Re: Is Incivility Necessary?

Postby gisambards » Thu Nov 08, 2018 11:03 pm

AsamiSato wrote: I see a LOT of evidence regularly that white people/privileged people in general prioritize their comfort and sense of moral superiority over the actual suffering of people without power.

This is something I agree with, but I find the issue that stems from this far more is the amount of people who pay lip service to the idea that they're on the side of good while actually contributing nothing to the conversation. When Trump came over here to the UK, there were massive protests, and having spoken to the people I know who participated, the motivation for it overwhelmingly seems to have been out of an attempt to comfort themselves and assert their moral superiority by participating in a protest that actually accomplished nothing. Trump wasn't made uncomfortable by it - he probably lavished the attention.
A genuine outpouring of emotion that comes from not being listened to by the people in power from those who are victimised by those in power is one thing. But what we see overwhelmingly in left-wing American political protests at the moment is more an attitude of "we're not being listened to, so let's just be really annoying", which is an attitude that only really makes sense to (and thus, let's be honest, you only ever see being carried out by) someone who isn't actually any sort of victim of what they're protesting against. The people who are actually suffering surely want their situation to change, and will want anything that might accomplish that.

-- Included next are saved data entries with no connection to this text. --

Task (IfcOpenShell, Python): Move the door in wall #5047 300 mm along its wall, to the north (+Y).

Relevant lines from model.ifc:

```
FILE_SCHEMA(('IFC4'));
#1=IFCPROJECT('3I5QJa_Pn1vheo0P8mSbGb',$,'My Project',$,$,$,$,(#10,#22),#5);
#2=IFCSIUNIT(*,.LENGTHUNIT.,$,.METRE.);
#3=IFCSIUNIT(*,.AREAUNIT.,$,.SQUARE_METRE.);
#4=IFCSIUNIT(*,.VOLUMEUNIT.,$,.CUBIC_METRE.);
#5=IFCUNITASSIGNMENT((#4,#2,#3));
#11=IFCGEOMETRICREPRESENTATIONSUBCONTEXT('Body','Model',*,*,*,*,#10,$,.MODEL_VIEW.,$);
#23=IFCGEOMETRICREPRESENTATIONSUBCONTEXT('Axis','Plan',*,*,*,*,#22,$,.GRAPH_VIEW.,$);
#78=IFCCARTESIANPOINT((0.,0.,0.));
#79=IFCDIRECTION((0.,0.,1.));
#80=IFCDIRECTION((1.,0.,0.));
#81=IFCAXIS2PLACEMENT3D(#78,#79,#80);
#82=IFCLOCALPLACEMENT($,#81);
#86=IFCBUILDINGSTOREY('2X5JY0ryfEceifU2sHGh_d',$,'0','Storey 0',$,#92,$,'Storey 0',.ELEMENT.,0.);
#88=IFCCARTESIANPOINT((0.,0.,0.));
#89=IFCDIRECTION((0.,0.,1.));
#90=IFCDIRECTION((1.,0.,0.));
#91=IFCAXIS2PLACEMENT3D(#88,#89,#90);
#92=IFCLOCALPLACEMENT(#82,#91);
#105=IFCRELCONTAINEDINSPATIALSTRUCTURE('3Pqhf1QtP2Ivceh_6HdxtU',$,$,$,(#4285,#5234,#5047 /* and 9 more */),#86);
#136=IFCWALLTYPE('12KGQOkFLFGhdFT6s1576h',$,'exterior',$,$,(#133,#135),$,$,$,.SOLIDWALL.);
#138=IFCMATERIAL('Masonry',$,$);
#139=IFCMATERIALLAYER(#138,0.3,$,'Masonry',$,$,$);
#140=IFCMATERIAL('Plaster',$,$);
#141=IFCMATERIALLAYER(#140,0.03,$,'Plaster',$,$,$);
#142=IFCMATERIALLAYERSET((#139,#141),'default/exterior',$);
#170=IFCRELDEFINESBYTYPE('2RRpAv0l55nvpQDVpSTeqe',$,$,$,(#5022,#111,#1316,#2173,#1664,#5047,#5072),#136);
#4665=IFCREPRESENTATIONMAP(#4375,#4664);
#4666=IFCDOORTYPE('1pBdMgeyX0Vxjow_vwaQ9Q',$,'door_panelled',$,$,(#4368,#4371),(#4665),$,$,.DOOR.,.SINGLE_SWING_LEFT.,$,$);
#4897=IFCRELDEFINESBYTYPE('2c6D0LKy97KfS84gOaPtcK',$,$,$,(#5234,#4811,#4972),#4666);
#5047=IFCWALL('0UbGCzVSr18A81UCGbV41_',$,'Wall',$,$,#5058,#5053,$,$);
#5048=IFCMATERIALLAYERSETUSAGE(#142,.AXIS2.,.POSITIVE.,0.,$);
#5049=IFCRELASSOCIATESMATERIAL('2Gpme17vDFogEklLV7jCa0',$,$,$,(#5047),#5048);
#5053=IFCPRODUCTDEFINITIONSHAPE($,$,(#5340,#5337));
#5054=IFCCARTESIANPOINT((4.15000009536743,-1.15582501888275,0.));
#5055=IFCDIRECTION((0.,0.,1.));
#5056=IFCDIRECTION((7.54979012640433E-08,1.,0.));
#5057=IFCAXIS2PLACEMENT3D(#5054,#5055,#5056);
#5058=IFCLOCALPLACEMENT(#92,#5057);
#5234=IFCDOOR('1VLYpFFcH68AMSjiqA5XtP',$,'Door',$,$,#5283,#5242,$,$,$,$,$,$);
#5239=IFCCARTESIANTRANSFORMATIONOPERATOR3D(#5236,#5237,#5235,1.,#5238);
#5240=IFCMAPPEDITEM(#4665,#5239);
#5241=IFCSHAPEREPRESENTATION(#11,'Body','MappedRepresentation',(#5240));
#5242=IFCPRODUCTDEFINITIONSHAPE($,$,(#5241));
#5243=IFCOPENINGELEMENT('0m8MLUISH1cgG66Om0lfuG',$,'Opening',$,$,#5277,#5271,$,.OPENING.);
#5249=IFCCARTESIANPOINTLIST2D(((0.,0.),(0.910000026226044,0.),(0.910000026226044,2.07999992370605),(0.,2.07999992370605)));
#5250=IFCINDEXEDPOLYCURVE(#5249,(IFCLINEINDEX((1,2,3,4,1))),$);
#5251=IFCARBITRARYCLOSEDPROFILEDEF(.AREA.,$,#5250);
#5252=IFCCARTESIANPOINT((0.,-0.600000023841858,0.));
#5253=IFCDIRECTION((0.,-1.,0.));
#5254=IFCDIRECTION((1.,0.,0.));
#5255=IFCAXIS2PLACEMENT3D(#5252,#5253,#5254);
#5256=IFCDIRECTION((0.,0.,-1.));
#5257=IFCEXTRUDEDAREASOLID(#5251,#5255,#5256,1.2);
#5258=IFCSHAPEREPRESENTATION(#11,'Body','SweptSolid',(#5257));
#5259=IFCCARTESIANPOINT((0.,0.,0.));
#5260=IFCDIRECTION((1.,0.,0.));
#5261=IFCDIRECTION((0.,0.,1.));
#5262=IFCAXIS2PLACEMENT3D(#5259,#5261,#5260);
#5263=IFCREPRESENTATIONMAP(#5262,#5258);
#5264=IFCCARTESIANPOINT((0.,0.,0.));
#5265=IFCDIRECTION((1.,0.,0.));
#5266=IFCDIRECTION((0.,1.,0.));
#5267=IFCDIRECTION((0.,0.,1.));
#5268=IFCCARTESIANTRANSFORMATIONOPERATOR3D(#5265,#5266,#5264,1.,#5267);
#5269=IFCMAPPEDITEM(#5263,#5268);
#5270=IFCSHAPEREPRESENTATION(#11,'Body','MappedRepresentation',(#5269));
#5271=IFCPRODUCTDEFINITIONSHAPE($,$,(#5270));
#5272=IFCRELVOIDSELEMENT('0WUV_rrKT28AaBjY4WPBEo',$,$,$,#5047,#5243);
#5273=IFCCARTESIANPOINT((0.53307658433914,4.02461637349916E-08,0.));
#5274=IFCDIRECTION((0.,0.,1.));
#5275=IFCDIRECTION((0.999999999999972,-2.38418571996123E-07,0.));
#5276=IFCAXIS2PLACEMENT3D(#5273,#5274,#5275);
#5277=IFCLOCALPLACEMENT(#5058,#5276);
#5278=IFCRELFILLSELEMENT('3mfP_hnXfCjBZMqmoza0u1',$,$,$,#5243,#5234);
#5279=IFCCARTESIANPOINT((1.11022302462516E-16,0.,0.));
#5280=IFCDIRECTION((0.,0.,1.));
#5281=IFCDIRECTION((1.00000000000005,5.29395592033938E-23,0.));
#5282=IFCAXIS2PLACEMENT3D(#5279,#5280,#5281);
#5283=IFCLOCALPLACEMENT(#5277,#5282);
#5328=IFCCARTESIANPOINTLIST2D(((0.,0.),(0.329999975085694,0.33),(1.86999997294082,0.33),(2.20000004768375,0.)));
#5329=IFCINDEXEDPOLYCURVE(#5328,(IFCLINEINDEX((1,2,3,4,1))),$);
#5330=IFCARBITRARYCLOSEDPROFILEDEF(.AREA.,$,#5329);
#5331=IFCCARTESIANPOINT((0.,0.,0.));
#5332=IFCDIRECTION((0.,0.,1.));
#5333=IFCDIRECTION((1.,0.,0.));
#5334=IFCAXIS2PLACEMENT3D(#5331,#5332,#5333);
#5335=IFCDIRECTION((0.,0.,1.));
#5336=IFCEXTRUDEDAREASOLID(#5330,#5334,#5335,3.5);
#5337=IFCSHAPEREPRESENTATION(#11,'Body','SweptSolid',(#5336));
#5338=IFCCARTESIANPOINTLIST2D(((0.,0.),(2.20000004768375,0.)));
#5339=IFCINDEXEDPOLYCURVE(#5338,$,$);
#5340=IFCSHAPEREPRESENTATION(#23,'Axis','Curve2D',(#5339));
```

```python
import ifcopenshell
import ifcopenshell.api.geometry
import ifcopenshell.util.placement

model = ifcopenshell.open("model.ifc")

door = model.by_guid("1VLYpFFcH68AMSjiqA5XtP")
opening = door.FillsVoids[0].RelatingOpeningElement
wall = opening.VoidsElements[0].RelatingBuildingElement

wall_matrix = ifcopenshell.util.placement.get_local_placement(wall.ObjectPlacement)
shift = wall_matrix[:3, 0] * 0.3
before = ifcopenshell.util.placement.get_local_placement(door.ObjectPlacement)[:3, 3].copy()

# The door is placed relative to its opening, so it follows when the opening moves.
matrix = ifcopenshell.util.placement.get_local_placement(opening.ObjectPlacement)
matrix[:3, 3] += shift
ifcopenshell.api.geometry.edit_object_placement(
    model, product=opening, matrix=matrix, is_si=False, should_transform_children=True
)

after = ifcopenshell.util.placement.get_local_placement(door.ObjectPlacement)[:3, 3]
print("door moved by", (after - before).round(3) + 0.0)

model.write("model-out.ifc")
```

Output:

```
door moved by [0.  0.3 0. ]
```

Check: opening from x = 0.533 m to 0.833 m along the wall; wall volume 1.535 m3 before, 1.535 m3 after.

A bunch of privileged people deciding that change isn't happening so we'll just be dicks isn't helping anyone but themselves.
  • 8

User avatar
gisambards
TCS Junkie
TCS Junkie
 
Posts: 2088
Joined: Sat Feb 21, 2015 11:45 pm
Show rep

Re: Is Incivility Necessary?

Postby cmsellers » Thu Nov 08, 2018 11:37 pm

@Asami
You seem to essentially be expressing a desire that people who are moderate on social issues would prioritize norms and civility less and listening to minorities more. But I don't see how that is any less unrealistic thinking than DP's often-stated desire that people would simply embrace her optimal level of social progress to begin with. As I said, people tend to have empathy with people who resemble them more than people who don't; it's human nature, and though I think people have gotten better at empathizing with outgroups, I can't see that bias ever going away entirely.

For my own part, my reaction to protesters bothering Cruz and McConnell was "this seems stupid and likely to backfire." I don't think either Cruz or McConnell deserve to eat dinner in peace, they are both awful people, but I do think that in both cases, the righteous indignation they got from pretending to have the moral high ground probably outweighed the annoyance of having their dinner interrupted.

More problematically, it gives people in the middle, whose natural impulse is to try to find evidence that both sides are just as bad, something to point to and say "look, see, Republican congressmen may punch reporters, but Democratic mobs harrass Republican congressmen; both sides are deplorable." You are entirely right that Cruz and McConnell are unpersuadable. But how you interact with those people is a powerful took in persuading those who are.

I've always been very progressive on most social issues, I'm a libertarian who used to be a radical leftist who idolized Bernie Sanders before it was cool. How I got from there to here is instructive: I reevaluated my views on economic issues after libertarians reached out to me at a point I was really despondent (Dennis Kucinich had lost the primary) on issues where we already had common ground, not even asking me to change my views, but simply to consider supporting their presidential candidate in the general election.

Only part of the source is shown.